Em um momento em que a chegada de estrangeiros bate recordes em Portugal, um novo estudo identificou que, embora sejam pouco visíveis fora do ambiente virtual, grupos anti-imigração estão bem organizados e seguem em atividade no país.
“Existem mobilizações anti-imigração em Portugal e isso é um achado relevante, embora essa constatação já possa parecer óbvia para algumas pessoas”, diz a coordenadora do estudo, a brasileira Thais França, doutora em sociologia e pesquisadora do Iscte (Instituto Universitário de Lisboa).
“De forma geral, o discurso oficial em Portugal é de minimização desse fenômeno. Desde as políticas públicas, até manuais escolares e de turismo, tende-se a falar de Portugal sempre como um país aberto à diversidade e tolerante com a imigração”, explica.
Dados mais recentes indicam que a população estrangeira em Portugal, que tem cerca de 10,3 milhões de habitantes, chegou a quase 1,1 milhão de residentes legais. Já superando as 400 mil pessoas, a comunidade brasileira é, com folga, a maior entre os imigrantes.
A investigação para esse novo trabalho levou cerca de dois anos e integra um projeto de pesquisa europeu que mapeia movimentos contrários à presença de imigrantes.
Além de acompanhar as discussões dos participantes, a pesquisadora também conseguiu entrevistar de forma aprofundada alguns integrantes desses grupos.
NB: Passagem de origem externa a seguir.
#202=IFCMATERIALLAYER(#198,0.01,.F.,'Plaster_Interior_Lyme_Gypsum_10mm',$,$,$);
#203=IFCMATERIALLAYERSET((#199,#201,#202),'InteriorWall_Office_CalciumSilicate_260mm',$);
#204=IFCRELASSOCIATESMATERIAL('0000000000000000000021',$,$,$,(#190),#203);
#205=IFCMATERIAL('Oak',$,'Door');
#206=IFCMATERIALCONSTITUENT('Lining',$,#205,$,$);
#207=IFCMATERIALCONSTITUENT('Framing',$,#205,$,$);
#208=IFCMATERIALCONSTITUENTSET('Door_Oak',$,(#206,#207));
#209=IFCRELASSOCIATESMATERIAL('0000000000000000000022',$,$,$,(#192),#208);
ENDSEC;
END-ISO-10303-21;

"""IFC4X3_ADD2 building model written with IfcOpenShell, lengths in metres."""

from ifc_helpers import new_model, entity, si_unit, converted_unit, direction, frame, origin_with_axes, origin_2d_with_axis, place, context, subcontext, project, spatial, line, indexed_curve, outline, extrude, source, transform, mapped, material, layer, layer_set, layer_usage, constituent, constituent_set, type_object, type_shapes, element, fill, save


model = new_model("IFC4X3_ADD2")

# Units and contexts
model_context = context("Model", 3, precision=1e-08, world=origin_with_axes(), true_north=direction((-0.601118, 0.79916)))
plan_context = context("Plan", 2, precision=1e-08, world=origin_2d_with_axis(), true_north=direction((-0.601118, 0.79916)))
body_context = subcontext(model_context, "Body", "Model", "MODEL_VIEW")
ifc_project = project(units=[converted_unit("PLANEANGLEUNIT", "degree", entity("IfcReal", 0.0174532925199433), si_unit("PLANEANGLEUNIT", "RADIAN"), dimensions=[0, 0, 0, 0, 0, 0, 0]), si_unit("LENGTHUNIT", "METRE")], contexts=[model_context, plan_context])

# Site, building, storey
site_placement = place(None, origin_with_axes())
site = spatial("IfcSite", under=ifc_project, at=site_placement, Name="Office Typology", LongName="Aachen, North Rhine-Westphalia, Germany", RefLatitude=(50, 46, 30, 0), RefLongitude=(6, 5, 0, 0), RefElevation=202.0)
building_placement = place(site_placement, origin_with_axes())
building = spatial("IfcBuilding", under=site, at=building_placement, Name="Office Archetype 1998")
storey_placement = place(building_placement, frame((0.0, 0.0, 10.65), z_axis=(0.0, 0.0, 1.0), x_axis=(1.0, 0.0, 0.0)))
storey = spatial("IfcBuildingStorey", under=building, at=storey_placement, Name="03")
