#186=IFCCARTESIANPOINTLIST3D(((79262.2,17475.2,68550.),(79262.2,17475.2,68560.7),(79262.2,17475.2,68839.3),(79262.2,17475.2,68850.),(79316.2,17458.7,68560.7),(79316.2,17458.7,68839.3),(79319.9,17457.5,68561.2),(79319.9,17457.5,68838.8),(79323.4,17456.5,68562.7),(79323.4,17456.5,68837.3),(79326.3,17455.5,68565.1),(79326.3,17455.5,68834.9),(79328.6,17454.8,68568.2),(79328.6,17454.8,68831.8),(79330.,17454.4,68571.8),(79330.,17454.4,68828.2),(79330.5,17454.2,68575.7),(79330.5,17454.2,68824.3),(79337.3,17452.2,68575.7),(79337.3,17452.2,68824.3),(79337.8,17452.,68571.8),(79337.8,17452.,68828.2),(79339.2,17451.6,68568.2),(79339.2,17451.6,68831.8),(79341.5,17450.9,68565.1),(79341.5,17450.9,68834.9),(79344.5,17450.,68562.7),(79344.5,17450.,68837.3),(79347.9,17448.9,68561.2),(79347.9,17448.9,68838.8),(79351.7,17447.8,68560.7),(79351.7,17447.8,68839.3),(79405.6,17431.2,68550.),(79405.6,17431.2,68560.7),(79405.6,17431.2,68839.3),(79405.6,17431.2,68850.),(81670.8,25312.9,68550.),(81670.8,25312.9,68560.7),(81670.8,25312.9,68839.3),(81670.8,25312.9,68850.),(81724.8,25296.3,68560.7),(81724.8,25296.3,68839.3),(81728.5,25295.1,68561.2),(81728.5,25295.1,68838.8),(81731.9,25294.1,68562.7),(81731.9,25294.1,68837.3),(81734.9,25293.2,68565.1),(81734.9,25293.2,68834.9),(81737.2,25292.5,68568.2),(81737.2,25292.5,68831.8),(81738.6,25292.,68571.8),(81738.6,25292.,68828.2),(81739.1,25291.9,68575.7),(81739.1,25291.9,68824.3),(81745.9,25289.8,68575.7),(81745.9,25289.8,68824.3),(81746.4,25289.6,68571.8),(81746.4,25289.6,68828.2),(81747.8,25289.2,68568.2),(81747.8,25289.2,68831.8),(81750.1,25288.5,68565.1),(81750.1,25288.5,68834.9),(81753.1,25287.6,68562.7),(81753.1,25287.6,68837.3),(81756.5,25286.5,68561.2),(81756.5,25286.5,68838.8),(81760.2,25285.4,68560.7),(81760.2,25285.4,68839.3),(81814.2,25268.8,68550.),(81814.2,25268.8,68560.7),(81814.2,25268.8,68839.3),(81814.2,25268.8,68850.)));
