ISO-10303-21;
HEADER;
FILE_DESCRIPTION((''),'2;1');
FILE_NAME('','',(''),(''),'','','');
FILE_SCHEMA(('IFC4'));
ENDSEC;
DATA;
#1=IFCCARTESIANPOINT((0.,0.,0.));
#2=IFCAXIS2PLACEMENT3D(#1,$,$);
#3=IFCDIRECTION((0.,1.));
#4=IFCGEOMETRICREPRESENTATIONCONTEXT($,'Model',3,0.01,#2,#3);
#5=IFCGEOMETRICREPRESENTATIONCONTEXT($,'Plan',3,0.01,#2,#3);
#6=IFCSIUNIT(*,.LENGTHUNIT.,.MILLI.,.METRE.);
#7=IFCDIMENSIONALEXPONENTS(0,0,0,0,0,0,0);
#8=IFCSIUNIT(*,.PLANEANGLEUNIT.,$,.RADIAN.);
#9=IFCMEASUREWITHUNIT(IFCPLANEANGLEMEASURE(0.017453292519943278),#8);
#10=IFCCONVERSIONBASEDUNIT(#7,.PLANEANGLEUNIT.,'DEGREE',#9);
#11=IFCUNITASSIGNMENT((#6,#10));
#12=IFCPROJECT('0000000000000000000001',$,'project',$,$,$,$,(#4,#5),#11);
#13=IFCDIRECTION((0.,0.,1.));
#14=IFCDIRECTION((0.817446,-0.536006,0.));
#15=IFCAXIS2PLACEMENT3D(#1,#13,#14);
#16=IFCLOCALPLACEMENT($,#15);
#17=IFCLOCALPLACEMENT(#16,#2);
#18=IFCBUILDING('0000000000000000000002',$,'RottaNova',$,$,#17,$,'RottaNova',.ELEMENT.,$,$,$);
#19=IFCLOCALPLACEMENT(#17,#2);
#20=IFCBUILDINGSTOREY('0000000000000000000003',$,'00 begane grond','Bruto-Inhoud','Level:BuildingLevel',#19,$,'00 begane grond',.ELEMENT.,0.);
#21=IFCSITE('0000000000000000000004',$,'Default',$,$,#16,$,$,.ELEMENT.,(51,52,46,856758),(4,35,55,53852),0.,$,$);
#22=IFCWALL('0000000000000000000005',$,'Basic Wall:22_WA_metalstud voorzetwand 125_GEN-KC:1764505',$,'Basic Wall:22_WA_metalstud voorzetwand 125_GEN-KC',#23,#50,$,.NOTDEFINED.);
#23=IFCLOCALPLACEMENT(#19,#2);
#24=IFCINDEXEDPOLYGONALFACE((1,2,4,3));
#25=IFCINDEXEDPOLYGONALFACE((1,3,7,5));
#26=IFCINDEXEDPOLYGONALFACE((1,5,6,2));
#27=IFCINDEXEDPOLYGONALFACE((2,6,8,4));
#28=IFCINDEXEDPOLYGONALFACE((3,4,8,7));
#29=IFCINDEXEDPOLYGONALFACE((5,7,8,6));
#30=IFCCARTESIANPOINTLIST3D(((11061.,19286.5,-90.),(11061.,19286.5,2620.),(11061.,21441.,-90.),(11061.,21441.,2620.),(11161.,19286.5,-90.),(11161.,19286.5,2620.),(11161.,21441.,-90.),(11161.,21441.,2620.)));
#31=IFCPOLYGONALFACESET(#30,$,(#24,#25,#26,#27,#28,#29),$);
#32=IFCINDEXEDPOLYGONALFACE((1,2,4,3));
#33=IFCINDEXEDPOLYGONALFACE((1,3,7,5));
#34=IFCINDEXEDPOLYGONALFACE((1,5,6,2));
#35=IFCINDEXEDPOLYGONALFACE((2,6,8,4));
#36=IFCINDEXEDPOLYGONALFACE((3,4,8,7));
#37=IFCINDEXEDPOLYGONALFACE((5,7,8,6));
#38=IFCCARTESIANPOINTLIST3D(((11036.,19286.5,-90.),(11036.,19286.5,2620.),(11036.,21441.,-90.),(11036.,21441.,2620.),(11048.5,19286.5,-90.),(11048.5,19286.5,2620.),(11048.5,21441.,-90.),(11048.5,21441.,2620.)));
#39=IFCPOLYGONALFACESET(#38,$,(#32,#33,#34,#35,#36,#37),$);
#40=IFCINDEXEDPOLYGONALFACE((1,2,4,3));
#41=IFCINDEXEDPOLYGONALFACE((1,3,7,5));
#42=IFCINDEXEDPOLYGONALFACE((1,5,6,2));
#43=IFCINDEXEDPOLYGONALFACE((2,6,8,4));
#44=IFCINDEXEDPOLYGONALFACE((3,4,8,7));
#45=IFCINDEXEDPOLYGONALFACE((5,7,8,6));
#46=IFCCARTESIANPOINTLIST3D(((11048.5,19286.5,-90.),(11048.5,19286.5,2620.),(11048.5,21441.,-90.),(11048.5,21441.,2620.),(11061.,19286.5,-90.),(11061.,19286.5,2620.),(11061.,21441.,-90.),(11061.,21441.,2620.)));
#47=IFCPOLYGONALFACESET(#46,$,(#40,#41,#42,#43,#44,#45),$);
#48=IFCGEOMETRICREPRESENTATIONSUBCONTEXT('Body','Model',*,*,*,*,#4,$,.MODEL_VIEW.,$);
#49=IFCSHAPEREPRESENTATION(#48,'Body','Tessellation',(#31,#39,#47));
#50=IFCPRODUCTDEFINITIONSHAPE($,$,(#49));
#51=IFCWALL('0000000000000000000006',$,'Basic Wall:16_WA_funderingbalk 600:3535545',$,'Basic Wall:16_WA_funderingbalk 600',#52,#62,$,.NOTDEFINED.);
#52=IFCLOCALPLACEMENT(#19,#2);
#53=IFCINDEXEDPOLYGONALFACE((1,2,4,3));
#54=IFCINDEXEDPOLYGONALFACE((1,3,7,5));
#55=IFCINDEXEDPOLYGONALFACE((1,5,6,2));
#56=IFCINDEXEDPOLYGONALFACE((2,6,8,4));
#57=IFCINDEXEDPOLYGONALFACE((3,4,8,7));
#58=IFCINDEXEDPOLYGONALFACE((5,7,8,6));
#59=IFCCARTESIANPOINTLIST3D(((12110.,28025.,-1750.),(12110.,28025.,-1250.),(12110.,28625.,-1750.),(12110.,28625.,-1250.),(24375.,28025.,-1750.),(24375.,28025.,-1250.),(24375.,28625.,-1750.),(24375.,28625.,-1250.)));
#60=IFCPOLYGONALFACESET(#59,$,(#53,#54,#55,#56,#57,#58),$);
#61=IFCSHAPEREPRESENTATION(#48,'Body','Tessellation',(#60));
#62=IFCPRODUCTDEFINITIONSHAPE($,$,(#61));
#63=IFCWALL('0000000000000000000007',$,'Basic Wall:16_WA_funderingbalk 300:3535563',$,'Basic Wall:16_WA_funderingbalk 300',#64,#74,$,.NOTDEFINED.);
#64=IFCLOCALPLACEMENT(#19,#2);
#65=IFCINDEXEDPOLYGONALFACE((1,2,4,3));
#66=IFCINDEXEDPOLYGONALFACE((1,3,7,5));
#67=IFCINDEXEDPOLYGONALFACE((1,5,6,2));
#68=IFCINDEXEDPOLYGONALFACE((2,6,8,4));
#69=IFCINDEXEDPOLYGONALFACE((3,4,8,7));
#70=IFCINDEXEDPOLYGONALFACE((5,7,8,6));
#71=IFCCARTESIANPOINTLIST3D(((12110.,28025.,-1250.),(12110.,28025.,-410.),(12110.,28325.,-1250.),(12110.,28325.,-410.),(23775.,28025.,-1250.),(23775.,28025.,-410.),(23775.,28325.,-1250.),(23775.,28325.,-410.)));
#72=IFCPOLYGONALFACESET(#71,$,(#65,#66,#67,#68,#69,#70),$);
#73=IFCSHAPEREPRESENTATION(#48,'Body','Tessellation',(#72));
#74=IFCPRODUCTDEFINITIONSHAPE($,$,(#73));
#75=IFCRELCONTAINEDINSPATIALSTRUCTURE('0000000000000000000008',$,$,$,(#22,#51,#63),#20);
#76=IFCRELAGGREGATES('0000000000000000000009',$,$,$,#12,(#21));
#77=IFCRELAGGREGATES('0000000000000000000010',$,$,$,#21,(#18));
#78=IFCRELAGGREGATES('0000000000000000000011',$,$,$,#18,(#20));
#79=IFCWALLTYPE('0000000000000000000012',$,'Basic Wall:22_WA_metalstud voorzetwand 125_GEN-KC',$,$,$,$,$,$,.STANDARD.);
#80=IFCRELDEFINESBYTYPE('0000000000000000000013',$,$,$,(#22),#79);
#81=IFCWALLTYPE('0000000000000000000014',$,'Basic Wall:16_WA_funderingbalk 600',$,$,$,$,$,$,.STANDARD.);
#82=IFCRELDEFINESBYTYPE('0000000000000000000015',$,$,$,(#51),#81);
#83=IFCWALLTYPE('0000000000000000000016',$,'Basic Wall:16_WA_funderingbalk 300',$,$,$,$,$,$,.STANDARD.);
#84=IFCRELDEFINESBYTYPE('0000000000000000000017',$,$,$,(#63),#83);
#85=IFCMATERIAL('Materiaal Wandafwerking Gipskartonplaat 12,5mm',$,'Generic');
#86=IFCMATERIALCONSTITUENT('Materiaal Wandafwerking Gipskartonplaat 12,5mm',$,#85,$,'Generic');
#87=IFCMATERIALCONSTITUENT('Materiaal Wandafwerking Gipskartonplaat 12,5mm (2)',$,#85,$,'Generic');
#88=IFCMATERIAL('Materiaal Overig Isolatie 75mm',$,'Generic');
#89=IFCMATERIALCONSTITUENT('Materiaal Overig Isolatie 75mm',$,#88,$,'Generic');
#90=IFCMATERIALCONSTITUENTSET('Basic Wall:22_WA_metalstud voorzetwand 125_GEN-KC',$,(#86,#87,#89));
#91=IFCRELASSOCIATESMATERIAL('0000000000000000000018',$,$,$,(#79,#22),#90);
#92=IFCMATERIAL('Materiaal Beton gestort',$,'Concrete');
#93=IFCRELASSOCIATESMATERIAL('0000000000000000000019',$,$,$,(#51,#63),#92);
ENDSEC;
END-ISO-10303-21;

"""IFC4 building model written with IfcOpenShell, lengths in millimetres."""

from ifc_helpers import new_model, entity, si_unit, converted_unit, direction, frame, origin, place, context, subcontext, project, spatial, indexed_curve, outline, extrude, material, constituent, constituent_set, type_object, element, save


model = new_model("IFC4")

# Units and contexts
model_context = context("Model", 3, precision=0.01, world=origin(), true_north=direction((0.0, 1.0)))
plan_context = context("Plan", 3, precision=0.01, world=origin(), true_north=direction((0.0, 1.0)))
body_context = subcontext(model_context, "Body", "Model", "MODEL_VIEW")
ifc_project = project(units=[si_unit("LENGTHUNIT", "METRE", prefix="MILLI"), converted_unit("PLANEANGLEUNIT", "DEGREE", entity("IfcPlaneAngleMeasure", 0.017453292519943278), si_unit("PLANEANGLEUNIT", "RADIAN"), dimensions=[0, 0, 0, 0, 0, 0, 0])], contexts=[model_context, plan_context])

# Site, building, storey
site_placement = place(None, frame((0.0, 0.0, 0.0), z_axis=(0.0, 0.0, 1.0), x_axis=(0.817446, -0.536006, 0.0)))
site = spatial("IfcSite", under=ifc_project, at=site_placement, Name="Default", CompositionType="ELEMENT", RefLatitude=(51, 52, 46, 856758), RefLongitude=(4, 35, 55, 53852), RefElevation=0.0)
building_placement = place(site_placement, origin())
building = spatial("IfcBuilding", under=site, at=building_placement, Name="RottaNova", LongName="RottaNova", CompositionType="ELEMENT")
storey_placement = place(building_placement, origin())
storey = spatial("IfcBuildingStorey", under=building, at=storey_placement, Name="00 begane grond", Description="Bruto-Inhoud", ObjectType="Level:BuildingLevel", LongName="00 begane grond", CompositionType="ELEMENT", Elevation=0.0)

# Walls
ifc_material_1 = material(Name="Materiaal Wandafwerking Gipskartonplaat 12,5mm", Category="Generic")
ifc_constituent_1 = constituent(ifc_material_1, Name="Materiaal Wandafwerking Gipskartonplaat 12,5mm", Category="Generic")
ifc_constituent_2 = constituent(ifc_material_1, Name="Materiaal Wandafwerking Gipskartonplaat 12,5mm (2)", Category="Generic")
ifc_material_2 = material(Name="Materiaal Overig Isolatie 75mm", Category="Generic")
ifc_constituent_3 = constituent(ifc_material_2, Name="Materiaal Overig Isolatie 75mm", Category="Generic")
ifc_constituent_set = constituent_set(constituents=[ifc_constituent_1, ifc_constituent_2, ifc_constituent_3], Name="Basic Wall:22_WA_metalstud voorzetwand 125_GEN-KC")
wall_type_1 = type_object("IfcWallType", Name="Basic Wall:22_WA_metalstud voorzetwand 125_GEN-KC", PredefinedType="STANDARD", material=ifc_constituent_set)
wall_1_placement = place(storey_placement, frame((11098.5, 21441.0, -90.0), z_axis=(0.0, 0.0, 1.0), x_axis=(0.0, -1.0, 0.0)))
element("IfcWall", 1, at=wall_1_placement, inside=storey, type_object=wall_type_1, material=ifc_constituent_set, Name="Basic Wall:22_WA_metalstud voorzetwand 125_GEN-KC:1764505", ObjectType="Basic Wall:22_WA_metalstud voorzetwand 125_GEN-KC", PredefinedType="NOTDEFINED", context=body_context, shape_type="SweptSolid", body=[
    extrude(outline(indexed_curve([(-50.0, -1077.2), (50.0, -1077.2), (50.0, 1077.2), (-50.0, 1077.2), (-50.0, -1077.2)], self_intersect=False)), frame((1077.2, 12.5, 0.0), z_axis=(0.0, 0.0, 1.0), x_axis=(0.0, -1.0, 0.0)), (0.0, 0.0, 1.0), 2710.0),
    extrude(outline(indexed_curve([(-6.3, -1077.2), (6.2, -1077.2), (6.3, 1077.2), (-6.2, 1077.2), (-6.3, -1077.2)], self_intersect=False)), frame((1077.2, -56.2, 0.0), z_axis=(0.0, 0.0, 1.0), x_axis=(0.0, 1.0, 0.0)), (0.0, 0.0, 1.0), 2710.0),
    extrude(outline(indexed_curve([(-1077.2, -6.2), (1077.2, -6.3), (1077.2, 6.2), (-1077.2, 6.3), (-1077.2, -6.2)], self_intersect=False)), frame((1077.2, -43.8, 0.0)), (0.0, 0.0, 1.0), 2710.0),
])
ifc_material_3 = material(Name="Materiaal Beton gestort", Category="Concrete")
wall_type_2 = type_object("IfcWallType", Name="Basic Wall:16_WA_funderingbalk 600", PredefinedType="STANDARD")
wall_2_placement = place(storey_placement, frame((12110.0, 28325.0, -1750.0)))
element("IfcWall", 2, at=wall_2_placement, inside=storey, type_object=wall_type_2, material=ifc_material_3, Name="Basic Wall:16_WA_funderingbalk 600:3535545", ObjectType="Basic Wall:16_WA_funderingbalk 600", PredefinedType="NOTDEFINED", context=body_context, shape_type="SweptSolid", body=[
    extrude(outline(indexed_curve([(12265.0, 300.0), (0.0, 300.0), (0.0, -300.0), (12265.0, -300.0), (12265.0, 300.0)], self_intersect=False)), origin(), (0.0, 0.0, 1.0), 500.0),
])
wall_type_3 = type_object("IfcWallType", Name="Basic Wall:16_WA_funderingbalk 300", PredefinedType="STANDARD")
wall_3_placement = place(storey_placement, frame((12110.0, 28175.0, -1250.0)))
element("IfcWall", 3, at=wall_3_placement, inside=storey, type_object=wall_type_3, material=ifc_material_3, Name="Basic Wall:16_WA_funderingbalk 300:3535563", ObjectType="Basic Wall:16_WA_funderingbalk 300", PredefinedType="NOTDEFINED", context=body_context, shape_type="SweptSolid", body=[
    extrude(outline(indexed_curve([(11665.0, 150.0), (0.0, 150.0), (0.0, -150.0), (11665.0, -150.0), (11665.0, 150.0)], self_intersect=False)), origin(), (0.0, 0.0, 1.0), 840.0),
])

save(model, "model.ifc")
Segundo ela, não existe um perfil típico dos ativistas contra a imigração.
“São pessoas de perfis diversos, a maioria são homens, mas também há mulheres envolvidas”, detalha. Um ponto em comum, porém, é o fato de que essas pessoas são bem integradas à sociedade e distantes do estereótipo de isolamento social.
Segundo França, a maior parte dos integrantes tenta embasar seus posicionamentos em teorias bem determinadas, sobretudo ligadas à ultradireita, que evocam os supostos riscos e os malefícios do aumento dos estrangeiros residentes.
Ao contrário de alguns outros países europeus, onde manifestações anti-imigração já acontecem com alguma regularidade nas ruas, os grupos em Portugal têm agido principalmente online. Isso não exclui, no entanto, a possibilidade de que as ações possam extrapolar o ambiente virtual no curto prazo.
“Com o aumento das ferramentas de monitoramento sobre alguns discursos nas redes sociais, os grupos migraram para ambientes mais fechados e menos visíveis”, diz a responsável pelo estudo. Ainda assim, não é difícil encontrá-los. “Há comunidades no Telegram, por exemplo, com mais de 10 mil membros.”
O trabalho identificou diferentes graus de intolerância contra a imigração, mas com um ponto similar: a percepção de que, atualmente, Portugal vive uma imigração sem controle.
Existe, de maneira geral, a ideia de que a chegada de estrangeiros está pressionando os serviços públicos, como saúde e de educação, e contribuindo para a manutenção dos baixos salários no país.
“Uma das coisas que esses ativistas anti-imigração dizem é que, com o grande número de imigrantes, começa a haver um investimento muito alto do Estado para a integração dessas pessoas. Como, por exemplo, com a disponibilização de tradução nas escolas ou de comida halal [que segue preceitos para ser consumida para muçulmanos] nas cantinas”, exemplifica.
Na visão dos integrantes desses grupos, esse é um dinheiro que o governo poderia estar gastando com a população portuguesa.
Na avaliação da coordenadora do projeto, o aumento das queixas de xenofobia e de racismo não significa, necessariamente, que as pessoas que praticaram as agressões sejam integrantes de grupos organizados anti-imigração.
“O fato de haver mais casos de racismo e xenofobia com imigrantes não significa que essas pessoas sejam ativistas anti-imigração ou façam parte de uns grupos”, avalia. “Um grupo com uma agenda própria, com uma pauta, é muito diferente de pessoas que agem independente.”